Simultaneously, to maintain control over GST registrations, various measures have been introduced. These include geo-tagging the principal place of business and implementing biometric authentication. These measures prevent the misuse of stolen identities for getting GST registration.
 

6. 2 Factor Authentication to ensure data privacy:
GST is a rich data source and hence sought by all stakeholders. GST framework has a clear consent process built in and through GST Suvidha Providers (GSP), data can be fetched. However, there was a surge of malpractices to get data from the GST portal through web-scraping. To keep a check on this, 2-factor authentication has been recently launched in Dec for some select states and will be soon extended pan-India. A welcome move to ensure only legitimate ways of obtaining data prevail. 2FA is also implemented on Governments E-way Bill and E-invoice Systems i.e., NIC portals.
 

7. E-invoicing further brought down to cover Rs. 5 CR AATO:
E-invoicing has been live in India since 2020 and has been rolled out in phased manner. On 1st Aug 2023, the threshold of e-invoice applicability was lowered to Rs 5 cr. A facility to declare exemption from e-invoicing is now available. This is useful for businesses who are above the threshold however are under the exemption list.
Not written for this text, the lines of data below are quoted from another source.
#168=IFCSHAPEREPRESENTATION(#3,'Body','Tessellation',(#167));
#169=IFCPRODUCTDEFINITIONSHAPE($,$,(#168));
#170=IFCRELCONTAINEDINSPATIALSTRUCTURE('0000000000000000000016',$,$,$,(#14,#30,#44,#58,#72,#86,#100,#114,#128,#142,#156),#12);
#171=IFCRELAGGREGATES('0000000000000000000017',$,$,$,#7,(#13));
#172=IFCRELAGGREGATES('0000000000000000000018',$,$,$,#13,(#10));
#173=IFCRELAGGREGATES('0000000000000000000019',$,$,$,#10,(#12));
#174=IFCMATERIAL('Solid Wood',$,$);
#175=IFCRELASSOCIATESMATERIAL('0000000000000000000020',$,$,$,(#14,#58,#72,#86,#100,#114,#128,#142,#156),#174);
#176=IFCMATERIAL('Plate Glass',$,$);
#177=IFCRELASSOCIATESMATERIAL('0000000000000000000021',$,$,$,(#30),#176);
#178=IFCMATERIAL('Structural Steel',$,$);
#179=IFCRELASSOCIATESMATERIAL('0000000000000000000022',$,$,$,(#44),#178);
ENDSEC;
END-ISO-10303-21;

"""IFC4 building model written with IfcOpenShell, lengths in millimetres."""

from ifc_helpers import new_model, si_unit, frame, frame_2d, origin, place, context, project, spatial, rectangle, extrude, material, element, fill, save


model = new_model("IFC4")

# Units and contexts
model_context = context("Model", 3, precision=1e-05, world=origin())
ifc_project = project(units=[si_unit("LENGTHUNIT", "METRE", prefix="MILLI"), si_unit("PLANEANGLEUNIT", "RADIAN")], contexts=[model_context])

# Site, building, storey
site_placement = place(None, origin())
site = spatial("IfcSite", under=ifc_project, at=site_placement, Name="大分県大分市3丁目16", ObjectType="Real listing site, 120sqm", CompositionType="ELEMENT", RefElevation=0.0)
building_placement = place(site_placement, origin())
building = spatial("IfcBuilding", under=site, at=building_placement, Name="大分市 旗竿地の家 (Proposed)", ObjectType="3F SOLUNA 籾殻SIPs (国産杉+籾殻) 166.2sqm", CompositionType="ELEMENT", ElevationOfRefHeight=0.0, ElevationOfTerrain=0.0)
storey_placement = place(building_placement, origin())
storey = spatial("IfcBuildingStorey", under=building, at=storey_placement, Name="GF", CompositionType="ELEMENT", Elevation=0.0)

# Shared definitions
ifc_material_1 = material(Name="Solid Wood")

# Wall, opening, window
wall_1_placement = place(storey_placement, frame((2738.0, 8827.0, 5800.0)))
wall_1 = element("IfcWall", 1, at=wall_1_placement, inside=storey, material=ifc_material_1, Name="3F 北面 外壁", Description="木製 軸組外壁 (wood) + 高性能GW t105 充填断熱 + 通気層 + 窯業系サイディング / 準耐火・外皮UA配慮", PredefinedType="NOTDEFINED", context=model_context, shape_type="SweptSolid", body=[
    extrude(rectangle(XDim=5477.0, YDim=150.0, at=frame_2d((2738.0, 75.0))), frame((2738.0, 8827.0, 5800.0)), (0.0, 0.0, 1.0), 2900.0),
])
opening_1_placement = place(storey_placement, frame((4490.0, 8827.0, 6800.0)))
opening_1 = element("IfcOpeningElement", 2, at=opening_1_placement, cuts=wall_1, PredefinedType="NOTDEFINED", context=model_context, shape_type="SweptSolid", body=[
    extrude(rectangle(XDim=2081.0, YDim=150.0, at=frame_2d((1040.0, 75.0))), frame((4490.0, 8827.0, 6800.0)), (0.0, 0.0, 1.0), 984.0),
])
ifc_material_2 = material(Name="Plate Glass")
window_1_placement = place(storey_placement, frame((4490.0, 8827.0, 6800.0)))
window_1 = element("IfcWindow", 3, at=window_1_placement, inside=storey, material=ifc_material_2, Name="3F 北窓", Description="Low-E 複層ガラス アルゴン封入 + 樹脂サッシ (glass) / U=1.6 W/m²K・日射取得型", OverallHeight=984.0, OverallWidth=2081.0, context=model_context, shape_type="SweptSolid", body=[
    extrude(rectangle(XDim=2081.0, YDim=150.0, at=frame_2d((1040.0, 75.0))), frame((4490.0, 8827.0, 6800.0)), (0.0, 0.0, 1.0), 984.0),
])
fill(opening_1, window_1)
- Introduction of Private IRPs:
Extending e-invoicing to all businesses and other transaction types such as B2C is in Government’s roadmap, to handle the voluminous flow of transaction requests, private Invoice Registration Portals (IRP) were selected.
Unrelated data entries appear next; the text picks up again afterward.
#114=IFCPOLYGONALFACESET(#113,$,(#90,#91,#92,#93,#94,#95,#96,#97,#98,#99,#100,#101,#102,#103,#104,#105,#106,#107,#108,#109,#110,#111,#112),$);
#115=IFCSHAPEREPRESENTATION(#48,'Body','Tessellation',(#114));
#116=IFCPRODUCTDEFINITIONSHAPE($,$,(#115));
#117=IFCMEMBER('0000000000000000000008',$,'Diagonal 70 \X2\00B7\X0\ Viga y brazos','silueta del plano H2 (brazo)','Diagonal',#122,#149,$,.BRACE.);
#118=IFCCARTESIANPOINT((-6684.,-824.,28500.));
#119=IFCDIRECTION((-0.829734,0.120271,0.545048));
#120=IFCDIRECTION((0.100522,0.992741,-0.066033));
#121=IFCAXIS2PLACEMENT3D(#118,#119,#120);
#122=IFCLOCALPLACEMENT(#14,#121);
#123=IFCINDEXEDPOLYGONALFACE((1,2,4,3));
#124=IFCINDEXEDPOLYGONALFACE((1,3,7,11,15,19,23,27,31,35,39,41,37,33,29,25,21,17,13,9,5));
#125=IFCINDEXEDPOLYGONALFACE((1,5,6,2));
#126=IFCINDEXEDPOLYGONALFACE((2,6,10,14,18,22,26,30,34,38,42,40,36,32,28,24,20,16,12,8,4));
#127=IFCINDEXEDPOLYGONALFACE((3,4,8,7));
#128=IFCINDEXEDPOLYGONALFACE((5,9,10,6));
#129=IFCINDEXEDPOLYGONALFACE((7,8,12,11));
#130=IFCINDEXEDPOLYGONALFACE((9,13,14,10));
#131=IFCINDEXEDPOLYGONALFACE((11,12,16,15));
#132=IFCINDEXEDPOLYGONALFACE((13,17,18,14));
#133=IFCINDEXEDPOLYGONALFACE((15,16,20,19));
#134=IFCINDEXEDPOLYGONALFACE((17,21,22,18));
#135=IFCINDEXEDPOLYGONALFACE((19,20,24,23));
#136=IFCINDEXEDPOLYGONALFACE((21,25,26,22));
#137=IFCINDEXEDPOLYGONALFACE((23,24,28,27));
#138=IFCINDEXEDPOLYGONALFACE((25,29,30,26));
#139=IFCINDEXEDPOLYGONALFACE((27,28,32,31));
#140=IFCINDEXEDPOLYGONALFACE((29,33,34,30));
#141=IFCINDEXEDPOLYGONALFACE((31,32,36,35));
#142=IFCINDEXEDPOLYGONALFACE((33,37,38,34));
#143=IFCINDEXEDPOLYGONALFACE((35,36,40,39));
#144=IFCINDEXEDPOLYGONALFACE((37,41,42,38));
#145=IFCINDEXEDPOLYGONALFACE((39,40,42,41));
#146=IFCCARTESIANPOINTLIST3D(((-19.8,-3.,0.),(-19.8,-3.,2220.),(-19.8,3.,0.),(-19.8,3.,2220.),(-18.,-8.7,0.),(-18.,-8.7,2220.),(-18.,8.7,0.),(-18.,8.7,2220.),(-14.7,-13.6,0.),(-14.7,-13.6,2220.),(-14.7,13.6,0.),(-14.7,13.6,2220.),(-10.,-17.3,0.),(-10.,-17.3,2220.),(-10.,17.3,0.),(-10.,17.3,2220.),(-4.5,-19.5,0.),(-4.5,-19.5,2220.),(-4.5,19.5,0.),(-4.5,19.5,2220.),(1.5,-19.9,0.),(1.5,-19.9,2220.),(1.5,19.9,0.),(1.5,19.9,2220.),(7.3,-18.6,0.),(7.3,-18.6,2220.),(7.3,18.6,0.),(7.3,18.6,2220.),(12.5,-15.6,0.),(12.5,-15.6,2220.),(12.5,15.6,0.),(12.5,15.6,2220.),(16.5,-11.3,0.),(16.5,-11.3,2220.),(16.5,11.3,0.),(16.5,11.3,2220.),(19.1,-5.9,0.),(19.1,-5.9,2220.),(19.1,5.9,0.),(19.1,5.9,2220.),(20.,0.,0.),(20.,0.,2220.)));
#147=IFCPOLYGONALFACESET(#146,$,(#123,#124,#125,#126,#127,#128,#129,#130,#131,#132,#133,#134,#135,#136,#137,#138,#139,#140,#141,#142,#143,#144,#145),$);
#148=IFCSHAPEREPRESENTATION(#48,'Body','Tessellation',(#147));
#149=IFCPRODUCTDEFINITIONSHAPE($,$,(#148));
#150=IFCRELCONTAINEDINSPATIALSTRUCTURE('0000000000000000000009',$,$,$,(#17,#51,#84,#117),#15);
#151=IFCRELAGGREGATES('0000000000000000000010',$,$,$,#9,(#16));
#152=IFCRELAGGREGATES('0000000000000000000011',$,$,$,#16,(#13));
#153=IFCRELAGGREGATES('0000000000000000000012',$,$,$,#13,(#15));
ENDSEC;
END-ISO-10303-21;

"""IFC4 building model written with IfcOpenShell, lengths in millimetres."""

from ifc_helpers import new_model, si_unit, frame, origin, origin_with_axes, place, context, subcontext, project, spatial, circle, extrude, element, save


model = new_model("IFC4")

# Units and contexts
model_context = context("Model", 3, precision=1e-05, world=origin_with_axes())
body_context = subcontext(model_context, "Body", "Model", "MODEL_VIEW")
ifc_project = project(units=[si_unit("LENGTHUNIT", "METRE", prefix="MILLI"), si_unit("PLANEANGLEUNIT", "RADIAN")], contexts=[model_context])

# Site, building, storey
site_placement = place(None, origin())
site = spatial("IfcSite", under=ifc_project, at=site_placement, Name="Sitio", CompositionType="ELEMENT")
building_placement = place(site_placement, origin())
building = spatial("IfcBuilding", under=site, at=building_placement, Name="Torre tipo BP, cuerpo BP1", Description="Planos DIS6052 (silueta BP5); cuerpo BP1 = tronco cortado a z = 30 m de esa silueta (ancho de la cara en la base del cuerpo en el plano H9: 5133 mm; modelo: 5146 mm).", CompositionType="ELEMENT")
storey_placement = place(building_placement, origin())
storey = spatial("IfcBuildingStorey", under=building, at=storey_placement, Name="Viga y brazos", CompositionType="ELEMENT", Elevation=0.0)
- Importance of data interoperability:
Important to note, with multiple IRPs coming into the picture interoperability of data amongst IRPs becomes necessary. GST system, being the central authority for all IRPs and custodian of all e-invoices, has made e-invoice fetch available not only for suppliers but also for recipients. Many new possibilities are now open.

- Ensuring cleaner data from the source:
E-invoicing is transactional and real-time data. From a better data quality and supervision perspective, some rules were introduced. Generation of e-invoice within 30 days of date of invoice and reporting of 6-digit HSN or more. These validations will ensure no misreporting and tax evasion. Also, Government can have a better sense of economic activity on a real time basis

- Bringing B2C transactions under the net:
E-invoicing keeps tax evasion under check however the current scope covers B2B and export transactions. Reporting and hence evasion on B2C transactions is a concern to be addressed. While the Government is contemplating including B2C under e-invoicing, another measure of getting citizens who are the end consumers to participate has been rolled out as beta.
Mera Bill Mera Aadhikaar is an incentive scheme wherein consumers can upload their invoices and stand a chance to win exciting prizes. The idea is that consumers will insist on getting an invoice and once uploaded to the Government, tax liability of businesses become visible. As of now the scheme has been rolled out in a few states.